Study Identification


Unique Protocol ID:	GS-US-312-0115
Brief Title:	A Randomized, Double-Blind and Placebo-Controlled Study of GS-1101 in Combination With Bendamustine and Rituximab for Previously Treated Chronic Lymphocytic Leukemia (CLL)
Official Title:	A Phase 3, Randomized, Double-Blind, Placebo-Controlled Study Evaluating the Efficacy and Safety of GS-1101 (CAL-101) in Combination With Bendamustine and Rituximab for Previously Treated Chronic Lymphocytic Leukemia
Secondary IDs:

Study Status


Record Verification:	March 2012
Overall Status:	Not yet recruiting
Study Start:	May 2012
Primary Completion:	October 2015 [Anticipated]
Study Completion:	December 2016 [Anticipated]

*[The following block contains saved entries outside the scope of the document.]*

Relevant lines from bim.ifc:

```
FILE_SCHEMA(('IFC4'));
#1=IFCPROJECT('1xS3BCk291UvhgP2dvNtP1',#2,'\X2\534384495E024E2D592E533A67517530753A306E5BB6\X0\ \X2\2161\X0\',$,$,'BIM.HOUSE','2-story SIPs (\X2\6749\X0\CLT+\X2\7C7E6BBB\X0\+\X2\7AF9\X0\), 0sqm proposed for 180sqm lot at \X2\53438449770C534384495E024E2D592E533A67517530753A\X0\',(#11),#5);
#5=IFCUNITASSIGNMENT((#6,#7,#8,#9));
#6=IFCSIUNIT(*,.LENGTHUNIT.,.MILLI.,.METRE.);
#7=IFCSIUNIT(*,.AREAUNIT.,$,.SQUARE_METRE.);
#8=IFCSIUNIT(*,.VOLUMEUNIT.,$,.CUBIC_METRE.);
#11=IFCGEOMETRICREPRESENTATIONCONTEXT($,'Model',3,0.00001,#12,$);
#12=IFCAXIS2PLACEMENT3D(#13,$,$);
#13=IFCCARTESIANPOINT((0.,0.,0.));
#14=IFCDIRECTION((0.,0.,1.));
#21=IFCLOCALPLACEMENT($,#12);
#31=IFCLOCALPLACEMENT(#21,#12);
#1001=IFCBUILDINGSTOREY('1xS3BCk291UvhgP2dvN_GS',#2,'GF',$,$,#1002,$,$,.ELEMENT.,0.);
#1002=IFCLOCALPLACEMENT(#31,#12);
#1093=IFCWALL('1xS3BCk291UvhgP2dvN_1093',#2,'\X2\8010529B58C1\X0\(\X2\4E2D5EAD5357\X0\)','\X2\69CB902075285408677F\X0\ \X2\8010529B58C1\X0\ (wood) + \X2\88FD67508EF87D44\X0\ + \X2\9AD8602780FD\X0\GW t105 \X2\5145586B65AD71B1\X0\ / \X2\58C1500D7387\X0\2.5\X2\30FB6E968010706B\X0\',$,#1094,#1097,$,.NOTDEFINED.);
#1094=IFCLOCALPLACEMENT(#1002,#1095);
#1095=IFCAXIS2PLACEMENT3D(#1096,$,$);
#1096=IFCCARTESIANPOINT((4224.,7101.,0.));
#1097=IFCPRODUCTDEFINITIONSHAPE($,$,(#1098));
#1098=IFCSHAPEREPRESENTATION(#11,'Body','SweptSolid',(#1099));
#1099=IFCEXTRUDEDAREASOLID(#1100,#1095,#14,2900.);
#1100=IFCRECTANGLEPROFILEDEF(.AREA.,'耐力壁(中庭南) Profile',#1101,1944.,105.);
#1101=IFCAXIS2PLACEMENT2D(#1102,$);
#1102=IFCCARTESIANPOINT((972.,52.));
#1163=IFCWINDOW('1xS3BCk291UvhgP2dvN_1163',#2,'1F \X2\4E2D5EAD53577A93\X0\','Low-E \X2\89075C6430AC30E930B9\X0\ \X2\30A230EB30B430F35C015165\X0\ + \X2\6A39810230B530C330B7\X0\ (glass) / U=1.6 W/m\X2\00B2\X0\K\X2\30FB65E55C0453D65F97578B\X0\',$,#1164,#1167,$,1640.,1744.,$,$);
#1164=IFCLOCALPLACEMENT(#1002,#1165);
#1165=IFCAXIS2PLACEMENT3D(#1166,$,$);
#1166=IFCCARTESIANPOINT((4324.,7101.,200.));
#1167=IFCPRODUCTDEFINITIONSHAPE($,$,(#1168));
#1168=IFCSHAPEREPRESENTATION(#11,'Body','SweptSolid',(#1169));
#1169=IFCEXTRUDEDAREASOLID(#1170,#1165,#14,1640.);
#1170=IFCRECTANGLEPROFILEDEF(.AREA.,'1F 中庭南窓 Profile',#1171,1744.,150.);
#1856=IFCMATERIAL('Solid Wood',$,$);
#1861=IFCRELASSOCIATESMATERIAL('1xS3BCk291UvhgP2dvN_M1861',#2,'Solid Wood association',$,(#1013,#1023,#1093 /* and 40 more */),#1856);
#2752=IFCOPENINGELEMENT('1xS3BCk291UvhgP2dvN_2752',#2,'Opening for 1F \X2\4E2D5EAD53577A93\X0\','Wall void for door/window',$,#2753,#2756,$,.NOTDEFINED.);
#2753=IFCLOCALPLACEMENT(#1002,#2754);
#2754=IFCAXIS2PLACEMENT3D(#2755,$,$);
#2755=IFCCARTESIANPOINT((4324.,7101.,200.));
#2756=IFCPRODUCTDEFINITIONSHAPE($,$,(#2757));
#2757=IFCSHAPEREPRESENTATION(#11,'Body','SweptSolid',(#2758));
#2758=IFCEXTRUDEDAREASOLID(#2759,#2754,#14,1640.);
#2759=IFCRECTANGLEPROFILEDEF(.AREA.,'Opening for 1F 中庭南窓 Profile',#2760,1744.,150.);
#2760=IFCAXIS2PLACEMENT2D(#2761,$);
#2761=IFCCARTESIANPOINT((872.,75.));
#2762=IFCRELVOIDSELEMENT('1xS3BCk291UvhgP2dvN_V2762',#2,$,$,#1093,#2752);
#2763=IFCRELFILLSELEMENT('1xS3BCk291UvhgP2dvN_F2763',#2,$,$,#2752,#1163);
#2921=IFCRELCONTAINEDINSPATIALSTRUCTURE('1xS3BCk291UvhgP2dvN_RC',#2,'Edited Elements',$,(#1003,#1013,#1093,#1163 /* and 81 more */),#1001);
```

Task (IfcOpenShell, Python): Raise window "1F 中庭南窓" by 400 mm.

```python
import numpy as np
import ifcopenshell
import ifcopenshell.api.geometry
import ifcopenshell.util.placement
import ifcopenshell.util.unit

model = ifcopenshell.open("bim.ifc")
unit_scale = ifcopenshell.util.unit.calculate_unit_scale(model)

window = model.by_guid("1xS3BCk291UvhgP2dvN_1163")
opening = window.FillsVoids[0].RelatingOpeningElement
dz = 0.4 / unit_scale

shift = np.array([0.0, 0.0, dz])
# The window is not placed relative to its opening, so move both.
for product in (opening, window):
    matrix = ifcopenshell.util.placement.get_local_placement(product.ObjectPlacement)
    matrix[:3, 3] += shift
    ifcopenshell.api.geometry.edit_object_placement(model, product=product, matrix=matrix, is_si=False)

print(f"moved by {dz * unit_scale:+.3f} m")

model.write("bim-out.ifc")
```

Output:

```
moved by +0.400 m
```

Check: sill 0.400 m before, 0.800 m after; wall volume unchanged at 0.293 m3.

First Submitted:	March 27, 2012
First Submitted that Met QC Criteria:	March 30, 2012
First Posted:	April 3, 2012 [Estimate]

Last Update Submitted that Met QC Criteria:	March 30, 2012
Last Update Posted:	April 3, 2012 [Estimate]

Study Description

Brief Summary:

The purpose of this study is to evaluate the effect of GS-1101 on the onset, magnitude, and duration of tumor control.

Detailed Description:

This is a Phase 3, Randomized, Double-Blind, Placebo-Controlled Study Evaluating the Efficacy and Safety of GS-1101 (CAL-101) in Combination with Bendamustine and Rituximab for Previously Treated Chronic Lymphocytic Leukemia.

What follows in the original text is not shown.